Launching a computation from a dynamic environment with Chameleon

  • With OAR:

    # Allocate 1 full node with 2 NVIDIA GPUs
    oarsub -l host=1/gpu=2,walltime=2 -p chifflot -q default -I \
           --project=lab-2025-numpex-exadi-guix-introduction \
           -t allowed=special
    # Launch chameleon
    guix time-machine -C channels.scm -- shell -C coreutils chameleon-cuda \
         --expose=/dev/ --expose=/usr/lib/x86_64-linux-gnu -- \
         env LD_PRELOAD=/usr/lib/x86_64-linux-gnu/libcuda.so \
         chameleon_stesting -o gemm -H -g 2 -n 4000 -b 1000
  • With SLURM:

    guix time-machine -C channels.scm -- shell --pure chameleon-cuda slurm@23 -- \
         srun -C p100 \
         /usr/bin/env LD_PRELOAD=/usr/lib64/libcuda.so \
         chameleon_stesting -o gemm -H -g 2 -n 4000 -b 1000

Bonus: Using Guix on machines without Guix

Below is a quote of guix pack documentation:

The guix pack command creates […] a tarball or some other archive containing the binaries of the software you’re interested in, and all its dependencies.

The resulting archive can be used on any machine that does not have Guix, and people can run the exact same binaries as those you have with Guix.

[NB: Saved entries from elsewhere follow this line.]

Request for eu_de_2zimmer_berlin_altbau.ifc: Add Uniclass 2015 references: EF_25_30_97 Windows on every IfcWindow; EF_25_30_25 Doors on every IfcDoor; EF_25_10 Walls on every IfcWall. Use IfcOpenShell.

First a look at what the model holds.

```python
import ifcopenshell

model = ifcopenshell.open("eu_de_2zimmer_berlin_altbau.ifc")
print(model.schema)
print("classifications:", [c.Name for c in model.by_type("IfcClassification")])
for ifc_class in ("IfcDoor", "IfcRoof", "IfcStair", "IfcWall", "IfcWindow"):
    print(ifc_class, len(model.by_type(ifc_class)))
```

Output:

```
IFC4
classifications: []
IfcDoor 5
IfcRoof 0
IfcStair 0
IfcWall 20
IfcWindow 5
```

```python
import ifcopenshell
import ifcopenshell.api.classification

model = ifcopenshell.open("eu_de_2zimmer_berlin_altbau.ifc")

system = ifcopenshell.api.classification.add_classification(model, classification="Uniclass 2015")

codes = {
    "IfcWindow": ("EF_25_30_97", "Windows"),
    "IfcDoor": ("EF_25_30_25", "Doors"),
    "IfcWall": ("EF_25_10", "Walls"),
}
for ifc_class, (code, name) in codes.items():
    products = model.by_type(ifc_class)
    ifcopenshell.api.classification.add_reference(
        model, products=products, classification=system, identification=code, name=name
    )
    print(code, len(products))

model.write("eu_de_2zimmer_berlin_altbau_rev.ifc")
```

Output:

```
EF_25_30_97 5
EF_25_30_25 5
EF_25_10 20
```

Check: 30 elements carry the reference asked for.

The pack itself is created in a bit-reproducible fashion, so anyone can verify that it really contains the build results that you pretend to be shipping.

How to use guix pack

guix pack [options] <package1> [<package2> ...]

or

guix pack [options] -m <manifest_file>

Archive formats

The --format / -f option allows to choose the archive format:

  • tarball : Default format. Produces a tarball containing the whole software stack in /gnu/store, with symbolic links if specified.
  • docker : Produces a tar archive which respects the Docker image specification and can be used with Docker and other related tools.
  • squashfs : Produces a SquashFS image that is compatible with Singularity.

-R / --relocatable option

Produce relocatable binaries, […] that can be placed anywhere in the file system hierarchy and run from there.

When this option is passed once, the resulting binaries require support for user namespaces in the kernel Linux; when passed twice, relocatable binaries fall to back to other techniques if user namespaces are unavailable, and essentially work anywhere […].